Relembrando. Durante uma festa de aniversário, os irmãos Eduardo e Luciano dos Santos combinaram o crime com mais nove comparsas. Eles atraíram as vítimas para a festa e, em determinado momento, simularam um assalto à casa e cometeram os estupros. De acordo com a sentença, "os mentores ainda tiveram o cuidado de pedir aos outros que não tocassem em suas mulheres que também estavam na festa".

Cerca de 10 homens - dentre eles três adolescentes, participaram dos crimes. Além dos seis condenados, os adolescentes cumprem medida socioeducativa no Lar do Garoto, em Campina Grande. Todos respondem por estupro, formação de quadrilha e cárcere privado. Além deles, também figura como réu Eduardo dos Santos Pereira. Além de todos esses crimes, ele ainda responde por porte ilegal de armas e assassinato. O julgamento dele será feito por um júri popular. A data ainda não foi definida.

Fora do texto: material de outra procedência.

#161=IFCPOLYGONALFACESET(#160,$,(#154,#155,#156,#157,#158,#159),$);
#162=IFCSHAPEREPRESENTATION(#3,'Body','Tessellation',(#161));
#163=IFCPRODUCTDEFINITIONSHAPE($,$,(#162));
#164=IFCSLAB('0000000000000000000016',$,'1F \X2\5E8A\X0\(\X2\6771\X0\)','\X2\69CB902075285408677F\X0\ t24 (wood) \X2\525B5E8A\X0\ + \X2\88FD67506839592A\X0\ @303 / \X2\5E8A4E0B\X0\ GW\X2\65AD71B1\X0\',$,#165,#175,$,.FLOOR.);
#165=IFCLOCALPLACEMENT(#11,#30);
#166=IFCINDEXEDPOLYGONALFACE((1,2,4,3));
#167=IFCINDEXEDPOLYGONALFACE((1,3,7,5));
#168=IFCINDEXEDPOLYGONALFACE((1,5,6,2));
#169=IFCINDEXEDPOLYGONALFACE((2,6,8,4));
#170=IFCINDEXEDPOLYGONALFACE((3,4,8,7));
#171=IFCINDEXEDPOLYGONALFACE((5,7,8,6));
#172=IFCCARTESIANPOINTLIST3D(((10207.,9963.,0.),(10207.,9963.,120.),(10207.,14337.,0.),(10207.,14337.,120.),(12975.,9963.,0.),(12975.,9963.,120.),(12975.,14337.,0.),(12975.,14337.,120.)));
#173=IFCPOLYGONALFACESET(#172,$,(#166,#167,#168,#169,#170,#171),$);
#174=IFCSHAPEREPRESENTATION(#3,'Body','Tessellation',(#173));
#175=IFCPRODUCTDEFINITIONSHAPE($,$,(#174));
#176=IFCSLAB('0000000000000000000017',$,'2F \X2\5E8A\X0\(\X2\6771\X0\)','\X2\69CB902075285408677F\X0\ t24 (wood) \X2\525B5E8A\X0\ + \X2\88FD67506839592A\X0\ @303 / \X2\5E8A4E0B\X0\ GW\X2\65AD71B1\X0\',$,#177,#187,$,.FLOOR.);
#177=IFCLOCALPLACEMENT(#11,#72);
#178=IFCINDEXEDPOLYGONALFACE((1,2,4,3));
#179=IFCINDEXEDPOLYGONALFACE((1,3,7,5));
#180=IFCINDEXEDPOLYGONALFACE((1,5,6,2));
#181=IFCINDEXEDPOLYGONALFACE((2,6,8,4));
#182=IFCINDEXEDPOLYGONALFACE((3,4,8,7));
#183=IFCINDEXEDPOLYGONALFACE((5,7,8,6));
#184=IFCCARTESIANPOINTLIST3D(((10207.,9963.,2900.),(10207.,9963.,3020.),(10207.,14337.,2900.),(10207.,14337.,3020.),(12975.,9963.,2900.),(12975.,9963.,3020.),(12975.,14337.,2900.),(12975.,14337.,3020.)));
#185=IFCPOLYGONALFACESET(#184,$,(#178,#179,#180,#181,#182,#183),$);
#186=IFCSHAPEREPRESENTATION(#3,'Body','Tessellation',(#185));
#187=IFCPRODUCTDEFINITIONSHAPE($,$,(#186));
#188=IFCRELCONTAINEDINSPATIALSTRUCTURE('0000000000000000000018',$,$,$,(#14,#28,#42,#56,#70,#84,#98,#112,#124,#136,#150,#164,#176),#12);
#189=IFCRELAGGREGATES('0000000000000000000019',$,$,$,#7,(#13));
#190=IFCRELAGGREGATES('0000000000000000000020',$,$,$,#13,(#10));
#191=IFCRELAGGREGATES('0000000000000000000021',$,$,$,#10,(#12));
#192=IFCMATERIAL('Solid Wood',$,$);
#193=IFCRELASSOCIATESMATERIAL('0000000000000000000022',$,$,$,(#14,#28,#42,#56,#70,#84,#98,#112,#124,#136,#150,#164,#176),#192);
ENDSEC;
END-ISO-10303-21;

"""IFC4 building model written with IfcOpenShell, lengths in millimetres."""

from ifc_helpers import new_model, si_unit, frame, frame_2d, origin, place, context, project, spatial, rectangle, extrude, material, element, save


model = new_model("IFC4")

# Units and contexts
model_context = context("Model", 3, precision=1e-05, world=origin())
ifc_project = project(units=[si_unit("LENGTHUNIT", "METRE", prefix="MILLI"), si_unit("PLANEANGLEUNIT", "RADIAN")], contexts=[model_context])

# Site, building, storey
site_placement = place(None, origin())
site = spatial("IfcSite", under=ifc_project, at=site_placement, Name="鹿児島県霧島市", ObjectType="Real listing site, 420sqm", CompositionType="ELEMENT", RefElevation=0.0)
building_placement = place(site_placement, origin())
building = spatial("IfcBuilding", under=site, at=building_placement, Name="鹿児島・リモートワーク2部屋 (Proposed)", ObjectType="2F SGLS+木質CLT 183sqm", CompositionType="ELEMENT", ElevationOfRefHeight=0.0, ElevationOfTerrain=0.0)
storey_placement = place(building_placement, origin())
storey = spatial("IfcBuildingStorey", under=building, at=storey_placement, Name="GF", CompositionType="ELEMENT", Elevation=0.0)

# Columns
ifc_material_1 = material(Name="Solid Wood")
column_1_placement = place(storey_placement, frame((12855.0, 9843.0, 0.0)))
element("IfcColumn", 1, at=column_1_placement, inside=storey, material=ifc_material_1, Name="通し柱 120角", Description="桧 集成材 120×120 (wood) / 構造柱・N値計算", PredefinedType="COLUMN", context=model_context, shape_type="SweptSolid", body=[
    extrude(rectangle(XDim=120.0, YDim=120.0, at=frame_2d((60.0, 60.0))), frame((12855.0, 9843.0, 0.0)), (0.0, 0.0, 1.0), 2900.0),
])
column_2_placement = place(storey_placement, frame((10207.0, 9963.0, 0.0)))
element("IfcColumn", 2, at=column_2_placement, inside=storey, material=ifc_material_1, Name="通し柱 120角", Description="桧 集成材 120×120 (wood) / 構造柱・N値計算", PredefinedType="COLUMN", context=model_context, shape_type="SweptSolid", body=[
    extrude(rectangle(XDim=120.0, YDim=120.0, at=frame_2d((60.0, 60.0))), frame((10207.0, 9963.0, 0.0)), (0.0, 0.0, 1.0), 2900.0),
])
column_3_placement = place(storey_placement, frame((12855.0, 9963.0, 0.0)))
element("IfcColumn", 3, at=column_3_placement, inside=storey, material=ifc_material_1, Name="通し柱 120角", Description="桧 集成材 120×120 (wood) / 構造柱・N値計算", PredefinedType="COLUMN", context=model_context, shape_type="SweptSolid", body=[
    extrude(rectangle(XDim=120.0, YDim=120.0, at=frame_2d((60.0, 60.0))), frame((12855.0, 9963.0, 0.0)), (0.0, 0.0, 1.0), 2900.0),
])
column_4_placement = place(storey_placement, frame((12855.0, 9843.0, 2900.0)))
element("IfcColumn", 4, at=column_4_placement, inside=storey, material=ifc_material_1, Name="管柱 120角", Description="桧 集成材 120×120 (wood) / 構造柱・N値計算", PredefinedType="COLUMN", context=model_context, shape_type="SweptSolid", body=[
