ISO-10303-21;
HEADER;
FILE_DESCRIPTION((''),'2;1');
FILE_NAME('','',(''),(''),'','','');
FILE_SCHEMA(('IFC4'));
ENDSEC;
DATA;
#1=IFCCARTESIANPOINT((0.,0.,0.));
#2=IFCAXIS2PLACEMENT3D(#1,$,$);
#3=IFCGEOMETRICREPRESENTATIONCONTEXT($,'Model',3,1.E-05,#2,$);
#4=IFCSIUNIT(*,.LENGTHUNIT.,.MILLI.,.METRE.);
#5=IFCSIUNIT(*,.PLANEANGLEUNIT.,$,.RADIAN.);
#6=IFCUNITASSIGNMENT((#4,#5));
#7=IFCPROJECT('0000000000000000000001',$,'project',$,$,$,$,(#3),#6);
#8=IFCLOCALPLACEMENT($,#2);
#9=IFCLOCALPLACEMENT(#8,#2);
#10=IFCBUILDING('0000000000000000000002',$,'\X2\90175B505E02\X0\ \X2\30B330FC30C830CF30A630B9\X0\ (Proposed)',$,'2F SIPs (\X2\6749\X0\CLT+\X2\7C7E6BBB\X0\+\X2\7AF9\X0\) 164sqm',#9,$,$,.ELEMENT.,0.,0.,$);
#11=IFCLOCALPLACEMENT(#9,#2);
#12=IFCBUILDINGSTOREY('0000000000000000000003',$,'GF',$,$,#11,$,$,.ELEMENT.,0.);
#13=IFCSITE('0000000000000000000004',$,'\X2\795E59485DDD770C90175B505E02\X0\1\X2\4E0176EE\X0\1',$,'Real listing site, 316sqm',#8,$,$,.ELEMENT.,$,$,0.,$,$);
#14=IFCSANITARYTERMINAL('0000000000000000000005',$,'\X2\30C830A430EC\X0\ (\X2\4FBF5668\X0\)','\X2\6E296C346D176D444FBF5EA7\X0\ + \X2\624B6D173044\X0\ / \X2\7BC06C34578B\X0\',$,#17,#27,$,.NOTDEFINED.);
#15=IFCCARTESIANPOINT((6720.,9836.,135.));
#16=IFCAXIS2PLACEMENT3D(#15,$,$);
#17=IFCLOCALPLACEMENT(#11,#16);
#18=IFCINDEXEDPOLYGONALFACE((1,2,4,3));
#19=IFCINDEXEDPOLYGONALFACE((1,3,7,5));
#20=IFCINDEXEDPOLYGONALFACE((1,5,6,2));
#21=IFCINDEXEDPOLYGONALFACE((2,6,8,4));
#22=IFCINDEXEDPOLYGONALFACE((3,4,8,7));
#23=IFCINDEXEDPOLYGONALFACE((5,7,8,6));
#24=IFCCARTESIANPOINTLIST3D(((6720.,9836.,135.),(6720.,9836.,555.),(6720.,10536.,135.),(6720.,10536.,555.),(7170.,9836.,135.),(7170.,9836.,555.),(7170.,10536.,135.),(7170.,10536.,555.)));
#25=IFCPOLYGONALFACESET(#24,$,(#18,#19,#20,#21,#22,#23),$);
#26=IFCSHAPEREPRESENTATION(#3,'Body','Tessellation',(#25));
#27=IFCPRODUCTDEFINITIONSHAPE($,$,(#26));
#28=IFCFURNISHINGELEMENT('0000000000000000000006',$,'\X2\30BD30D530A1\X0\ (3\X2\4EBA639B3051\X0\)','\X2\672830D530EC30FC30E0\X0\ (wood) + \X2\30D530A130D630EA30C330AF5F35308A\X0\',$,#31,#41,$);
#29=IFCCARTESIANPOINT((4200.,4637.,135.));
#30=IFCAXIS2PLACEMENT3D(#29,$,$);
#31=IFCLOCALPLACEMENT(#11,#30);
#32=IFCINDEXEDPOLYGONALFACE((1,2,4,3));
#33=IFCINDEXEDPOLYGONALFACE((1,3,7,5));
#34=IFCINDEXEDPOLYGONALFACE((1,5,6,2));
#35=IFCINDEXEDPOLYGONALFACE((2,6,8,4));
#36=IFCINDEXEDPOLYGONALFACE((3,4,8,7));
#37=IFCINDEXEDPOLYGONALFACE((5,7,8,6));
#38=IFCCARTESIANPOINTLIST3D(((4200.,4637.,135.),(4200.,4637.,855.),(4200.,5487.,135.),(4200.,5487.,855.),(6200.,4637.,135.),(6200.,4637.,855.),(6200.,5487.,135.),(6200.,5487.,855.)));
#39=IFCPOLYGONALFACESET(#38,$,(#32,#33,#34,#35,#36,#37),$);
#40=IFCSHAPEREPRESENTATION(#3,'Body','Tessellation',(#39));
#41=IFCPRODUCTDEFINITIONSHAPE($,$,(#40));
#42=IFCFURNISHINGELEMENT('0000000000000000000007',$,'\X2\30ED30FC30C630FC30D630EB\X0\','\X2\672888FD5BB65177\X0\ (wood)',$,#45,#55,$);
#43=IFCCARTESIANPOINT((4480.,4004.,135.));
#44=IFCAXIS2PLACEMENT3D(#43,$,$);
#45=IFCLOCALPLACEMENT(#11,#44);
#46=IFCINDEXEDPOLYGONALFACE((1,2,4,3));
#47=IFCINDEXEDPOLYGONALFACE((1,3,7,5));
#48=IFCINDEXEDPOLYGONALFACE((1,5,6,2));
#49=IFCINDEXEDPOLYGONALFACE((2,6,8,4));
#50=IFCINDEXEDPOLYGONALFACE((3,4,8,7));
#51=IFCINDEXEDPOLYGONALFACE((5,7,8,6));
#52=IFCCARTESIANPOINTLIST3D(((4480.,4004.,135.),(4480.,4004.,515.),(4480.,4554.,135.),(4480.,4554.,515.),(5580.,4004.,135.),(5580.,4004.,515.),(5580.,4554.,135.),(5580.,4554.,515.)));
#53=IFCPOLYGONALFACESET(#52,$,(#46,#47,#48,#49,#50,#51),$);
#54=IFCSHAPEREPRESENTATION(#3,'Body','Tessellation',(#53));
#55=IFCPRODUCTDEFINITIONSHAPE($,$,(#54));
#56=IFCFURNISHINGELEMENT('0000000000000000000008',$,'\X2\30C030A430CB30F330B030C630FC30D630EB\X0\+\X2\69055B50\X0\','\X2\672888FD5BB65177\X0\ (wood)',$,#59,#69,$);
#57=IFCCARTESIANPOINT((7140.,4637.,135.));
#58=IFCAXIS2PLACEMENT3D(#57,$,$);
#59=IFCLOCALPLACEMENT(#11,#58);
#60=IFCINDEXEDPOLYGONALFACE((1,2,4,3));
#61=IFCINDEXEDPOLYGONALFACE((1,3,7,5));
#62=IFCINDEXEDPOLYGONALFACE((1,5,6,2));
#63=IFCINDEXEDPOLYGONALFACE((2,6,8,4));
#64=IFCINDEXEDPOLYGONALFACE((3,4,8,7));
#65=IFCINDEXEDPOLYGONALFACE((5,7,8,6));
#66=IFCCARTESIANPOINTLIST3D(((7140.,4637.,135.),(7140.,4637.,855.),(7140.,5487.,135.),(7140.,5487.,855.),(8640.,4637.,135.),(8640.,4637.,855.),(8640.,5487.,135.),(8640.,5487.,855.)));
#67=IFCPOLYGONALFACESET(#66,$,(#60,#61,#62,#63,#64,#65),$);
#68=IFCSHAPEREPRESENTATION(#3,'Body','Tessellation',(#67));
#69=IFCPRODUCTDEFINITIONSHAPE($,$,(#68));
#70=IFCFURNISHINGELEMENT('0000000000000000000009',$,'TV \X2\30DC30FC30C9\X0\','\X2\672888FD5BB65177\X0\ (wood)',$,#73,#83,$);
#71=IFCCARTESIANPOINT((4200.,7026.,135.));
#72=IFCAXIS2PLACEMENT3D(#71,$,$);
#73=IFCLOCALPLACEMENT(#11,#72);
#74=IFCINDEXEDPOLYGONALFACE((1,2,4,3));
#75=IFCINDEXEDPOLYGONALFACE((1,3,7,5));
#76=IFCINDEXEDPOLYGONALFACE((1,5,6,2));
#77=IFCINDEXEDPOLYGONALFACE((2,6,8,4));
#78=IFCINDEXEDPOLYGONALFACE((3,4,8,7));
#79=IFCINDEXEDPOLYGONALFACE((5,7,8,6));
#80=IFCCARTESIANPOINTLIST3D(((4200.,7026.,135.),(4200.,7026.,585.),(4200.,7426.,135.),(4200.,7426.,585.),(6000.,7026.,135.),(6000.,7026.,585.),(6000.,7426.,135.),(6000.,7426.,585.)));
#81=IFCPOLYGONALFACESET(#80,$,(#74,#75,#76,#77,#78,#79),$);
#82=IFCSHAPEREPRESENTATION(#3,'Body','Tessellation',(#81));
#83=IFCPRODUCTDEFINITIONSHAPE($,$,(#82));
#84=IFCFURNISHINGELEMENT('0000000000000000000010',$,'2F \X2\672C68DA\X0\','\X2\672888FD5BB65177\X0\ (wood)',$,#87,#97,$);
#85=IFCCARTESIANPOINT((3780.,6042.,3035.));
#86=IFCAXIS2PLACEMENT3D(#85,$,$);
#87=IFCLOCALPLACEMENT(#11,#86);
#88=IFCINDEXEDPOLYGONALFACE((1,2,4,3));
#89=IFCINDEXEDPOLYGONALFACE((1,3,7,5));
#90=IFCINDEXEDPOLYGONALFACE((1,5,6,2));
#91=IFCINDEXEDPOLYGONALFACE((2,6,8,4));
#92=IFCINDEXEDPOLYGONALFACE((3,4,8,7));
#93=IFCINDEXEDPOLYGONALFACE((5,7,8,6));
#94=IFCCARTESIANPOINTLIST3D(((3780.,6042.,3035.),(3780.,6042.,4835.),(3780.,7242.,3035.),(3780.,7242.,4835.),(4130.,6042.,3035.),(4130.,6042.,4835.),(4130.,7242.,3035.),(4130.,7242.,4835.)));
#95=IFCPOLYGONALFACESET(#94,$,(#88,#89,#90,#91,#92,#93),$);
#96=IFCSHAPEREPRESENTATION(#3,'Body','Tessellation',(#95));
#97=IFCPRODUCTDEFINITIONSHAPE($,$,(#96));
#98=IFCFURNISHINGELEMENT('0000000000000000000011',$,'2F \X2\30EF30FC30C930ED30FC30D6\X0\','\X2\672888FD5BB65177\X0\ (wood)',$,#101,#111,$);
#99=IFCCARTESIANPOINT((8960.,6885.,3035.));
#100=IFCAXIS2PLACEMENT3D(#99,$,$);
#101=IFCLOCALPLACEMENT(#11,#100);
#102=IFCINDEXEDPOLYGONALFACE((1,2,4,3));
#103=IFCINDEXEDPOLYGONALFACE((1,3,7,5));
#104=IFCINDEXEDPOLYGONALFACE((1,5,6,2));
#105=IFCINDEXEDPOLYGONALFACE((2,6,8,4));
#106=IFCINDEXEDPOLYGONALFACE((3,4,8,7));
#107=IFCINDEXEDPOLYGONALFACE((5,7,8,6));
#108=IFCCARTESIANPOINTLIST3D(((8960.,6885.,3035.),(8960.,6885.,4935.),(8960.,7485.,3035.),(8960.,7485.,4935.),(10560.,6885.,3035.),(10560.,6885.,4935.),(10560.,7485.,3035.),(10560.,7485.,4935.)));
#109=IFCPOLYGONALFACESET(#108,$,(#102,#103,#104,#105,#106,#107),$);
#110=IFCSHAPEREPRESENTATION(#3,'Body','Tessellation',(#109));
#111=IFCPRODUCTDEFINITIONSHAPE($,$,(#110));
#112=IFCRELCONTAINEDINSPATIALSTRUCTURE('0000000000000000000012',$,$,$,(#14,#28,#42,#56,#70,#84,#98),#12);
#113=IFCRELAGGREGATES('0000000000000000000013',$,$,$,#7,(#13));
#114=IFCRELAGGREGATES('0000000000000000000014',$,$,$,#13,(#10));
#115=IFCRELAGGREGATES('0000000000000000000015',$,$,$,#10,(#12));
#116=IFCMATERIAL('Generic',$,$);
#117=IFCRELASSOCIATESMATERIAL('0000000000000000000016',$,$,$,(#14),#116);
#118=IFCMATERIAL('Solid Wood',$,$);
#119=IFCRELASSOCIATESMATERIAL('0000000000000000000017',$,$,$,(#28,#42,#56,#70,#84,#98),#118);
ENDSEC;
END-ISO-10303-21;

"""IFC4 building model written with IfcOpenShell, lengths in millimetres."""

from ifc_helpers import new_model, si_unit, frame, frame_2d, origin, place, context, project, spatial, rectangle, extrude, material, element, save


model = new_model("IFC4")

# Units and contexts
model_context = context("Model", 3, precision=1e-05, world=origin())
ifc_project = project(units=[si_unit("LENGTHUNIT", "METRE", prefix="MILLI"), si_unit("PLANEANGLEUNIT", "RADIAN")], contexts=[model_context])

# Site, building, storey
site_placement = place(None, origin())
site = spatial("IfcSite", under=ifc_project, at=site_placement, Name="神奈川県逗子市1丁目1", ObjectType="Real listing site, 316sqm", CompositionType="ELEMENT", RefElevation=0.0)
building_placement = place(site_placement, origin())
building = spatial("IfcBuilding", under=site, at=building_placement, Name="逗子市 コートハウス (Proposed)", ObjectType="2F SIPs (杉CLT+籾殻+竹) 164sqm", CompositionType="ELEMENT", ElevationOfRefHeight=0.0, ElevationOfTerrain=0.0)
storey_placement = place(building_placement, origin())
storey = spatial("IfcBuildingStorey", under=building, at=storey_placement, Name="GF", CompositionType="ELEMENT", Elevation=0.0)

# Shared definitions
ifc_material_1 = material(Name="Generic")

# Shared definitions
ifc_material_2 = material(Name="Solid Wood")

# Sanitary terminal
sanitary_terminal_1_placement = place(storey_placement, frame((6720.0, 9836.0, 135.0)))
element("IfcSanitaryTerminal", 1, at=sanitary_terminal_1_placement, inside=storey, material=ifc_material_1, Name="トイレ (便器)", Description="温水洗浄便座 + 手洗い / 節水型", PredefinedType="NOTDEFINED", context=model_context, shape_type="SweptSolid", body=[
    extrude(rectangle(XDim=450.0, YDim=700.0, at=frame_2d((225.0, 350.0))), frame((6720.0, 9836.0, 135.0)), (0.0, 0.0, 1.0), 420.0),
])

# Furnishing elements
furnishing_1_placement = place(storey_placement, frame((4200.0, 4637.0, 135.0)))
element("IfcFurnishingElement", 2, at=furnishing_1_placement, inside=storey, material=ifc_material_2, Name="ソファ (3人掛け)", Description="木フレーム (wood) + ファブリック張り", context=model_context, shape_type="SweptSolid", body=[
    extrude(rectangle(XDim=2000.0, YDim=850.0, at=frame_2d((1000.0, 425.0))), frame((4200.0, 4637.0, 135.0)), (0.0, 0.0, 1.0), 720.0),
])
furnishing_2_placement = place(storey_placement, frame((4480.0, 4004.0, 135.0)))
element("IfcFurnishingElement", 3, at=furnishing_2_placement, inside=storey, material=ifc_material_2, Name="ローテーブル", Description="木製家具 (wood)", context=model_context, shape_type="SweptSolid", body=[
    extrude(rectangle(XDim=1100.0, YDim=550.0, at=frame_2d((550.0, 275.0))), frame((4480.0, 4004.0, 135.0)), (0.0, 0.0, 1.0), 380.0),
])
furnishing_3_placement = place(storey_placement, frame((7140.0, 4637.0, 135.0)))
element("IfcFurnishingElement", 4, at=furnishing_3_placement, inside=storey, material=ifc_material_2, Name="ダイニングテーブル+椅子", Description="木製家具 (wood)", context=model_context, shape_type="SweptSolid", body=[
    extrude(rectangle(XDim=1500.0, YDim=850.0, at=frame_2d((750.0, 425.0))), frame((7140.0, 4637.0, 135.0)), (0.0, 0.0, 1.0), 720.0),
])
furnishing_4_placement = place(storey_placement, frame((4200.0, 7026.0, 135.0)))
element("IfcFurnishingElement", 5, at=furnishing_4_placement, inside=storey, material=ifc_material_2, Name="TV ボード", Description="木製家具 (wood)", context=model_context, shape_type="SweptSolid", body=[
    extrude(rectangle(XDim=1800.0, YDim=400.0, at=frame_2d((900.0, 200.0))), frame((4200.0, 7026.0, 135.0)), (0.0, 0.0, 1.0), 450.0),
])
furnishing_5_placement = place(storey_placement, frame((3780.0, 6042.0, 3035.0)))
element("IfcFurnishingElement", 6, at=furnishing_5_placement, inside=storey, material=ifc_material_2, Name="2F 本棚", Description="木製家具 (wood)", context=model_context, shape_type="SweptSolid", body=[
    extrude(rectangle(XDim=350.0, YDim=1200.0, at=frame_2d((175.0, 600.0))), frame((3780.0, 6042.0, 3035.0)), (0.0, 0.0, 1.0), 1800.0),
])
furnishing_6_placement = place(storey_placement, frame((8960.0, 6885.0, 3035.0)))
element("IfcFurnishingElement", 7, at=furnishing_6_placement, inside=storey, material=ifc_material_2, Name="2F ワードローブ", Description="木製家具 (wood)", context=model_context, shape_type="SweptSolid", body=[
    extrude(rectangle(XDim=1600.0, YDim=600.0, at=frame_2d((800.0, 300.0))), frame((8960.0, 6885.0, 3035.0)), (0.0, 0.0, 1.0), 1900.0),
])

save(model, "model.ifc")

Vítimas são a recepcionista Michele e a professora Isabela (Foto: Reprodução/TV Paraíba)
A recepcionista Michele e a professora Isabela foram
assassinadas após reconhecerem seus agressores
(Foto: Reprodução/TV Paraíba)
Segundo a matéria do Correio, "Luciano dos Santos foi condenado a 44 anos de prisão por estupro de cinco mulheres. Fernando e França Silva Júnior, vulgo 'Papadinha', e Jacó Sousa estupraram três vítimas e foram sentenciados a 30 anos. José Jardel foi condenado a 27 anos por estupro de uma mulher e colaboração nos demais. Luan Barbosa recebeu sentença de 27 anos e oito meses de prisão por participar do estupro de quatro vítimas. Diego Rêgo Domingues também participou dos estupros e foi condenado a 26 anos e seis meses. A diferença de penas deve-se à participação individual de cada um nos estupros e também aos antecedentes criminais".

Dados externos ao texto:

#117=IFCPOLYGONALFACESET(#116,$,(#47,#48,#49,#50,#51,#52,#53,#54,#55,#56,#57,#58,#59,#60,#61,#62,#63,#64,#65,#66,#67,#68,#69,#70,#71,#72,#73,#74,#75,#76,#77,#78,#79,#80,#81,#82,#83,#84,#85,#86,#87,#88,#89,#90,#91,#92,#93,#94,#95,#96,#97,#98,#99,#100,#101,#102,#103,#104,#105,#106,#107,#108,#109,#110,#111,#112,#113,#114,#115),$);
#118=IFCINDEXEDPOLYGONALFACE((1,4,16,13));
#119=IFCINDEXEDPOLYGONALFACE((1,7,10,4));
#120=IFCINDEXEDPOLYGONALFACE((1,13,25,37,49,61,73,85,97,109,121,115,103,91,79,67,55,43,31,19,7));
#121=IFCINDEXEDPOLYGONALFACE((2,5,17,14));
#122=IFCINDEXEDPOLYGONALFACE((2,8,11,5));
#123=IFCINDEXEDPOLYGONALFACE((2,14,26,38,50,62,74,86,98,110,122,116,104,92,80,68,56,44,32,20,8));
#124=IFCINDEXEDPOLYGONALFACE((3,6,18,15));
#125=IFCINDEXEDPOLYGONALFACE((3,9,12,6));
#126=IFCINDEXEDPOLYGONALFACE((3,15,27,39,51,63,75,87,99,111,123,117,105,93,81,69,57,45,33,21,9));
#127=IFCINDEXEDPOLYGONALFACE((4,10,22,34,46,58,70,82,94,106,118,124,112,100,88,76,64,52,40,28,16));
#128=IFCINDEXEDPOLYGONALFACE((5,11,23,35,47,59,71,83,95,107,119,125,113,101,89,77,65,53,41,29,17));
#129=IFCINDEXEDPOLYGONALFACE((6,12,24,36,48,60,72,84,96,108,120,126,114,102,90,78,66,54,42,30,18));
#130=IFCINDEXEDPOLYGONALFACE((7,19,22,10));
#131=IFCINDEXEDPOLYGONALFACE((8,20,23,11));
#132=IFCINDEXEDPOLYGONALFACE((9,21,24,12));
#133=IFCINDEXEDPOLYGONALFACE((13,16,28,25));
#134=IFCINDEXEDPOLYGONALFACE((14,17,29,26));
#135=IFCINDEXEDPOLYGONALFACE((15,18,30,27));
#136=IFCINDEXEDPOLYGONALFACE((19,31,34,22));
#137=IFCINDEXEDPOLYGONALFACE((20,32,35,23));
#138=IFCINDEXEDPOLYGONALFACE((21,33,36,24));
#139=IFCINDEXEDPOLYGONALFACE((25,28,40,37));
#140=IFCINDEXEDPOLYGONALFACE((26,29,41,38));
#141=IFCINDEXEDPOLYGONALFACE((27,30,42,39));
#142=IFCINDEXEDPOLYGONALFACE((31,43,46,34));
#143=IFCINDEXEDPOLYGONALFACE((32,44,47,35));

Ainda no Correio, "de acordo com o Tribunal de Justiça da Paraíba, Eduardo dos Santos, considerado o mentor do crime, será julgado em júri popular em data ainda não definida. Além dos estupros, ele é condenado pelo assassinato de duas mulheres que o reconheceram durante os estupros. Segundo a sentença, a vítima identificada como Izabella percebeu que o agressor se tratava de Eduardo e chegou a implorar pela vida. Em seguida, outra mulher, Michelle, também reconheceu o estuprador. As duas foram amarradas e levadas em um carro. Durante o percurso, Michelle pulou do veículo em movimento, mas Eduardo parou o carro e atirou contra ela. De acordo com a sentença, Izabella também foi assassinada a tiros dentro do carro".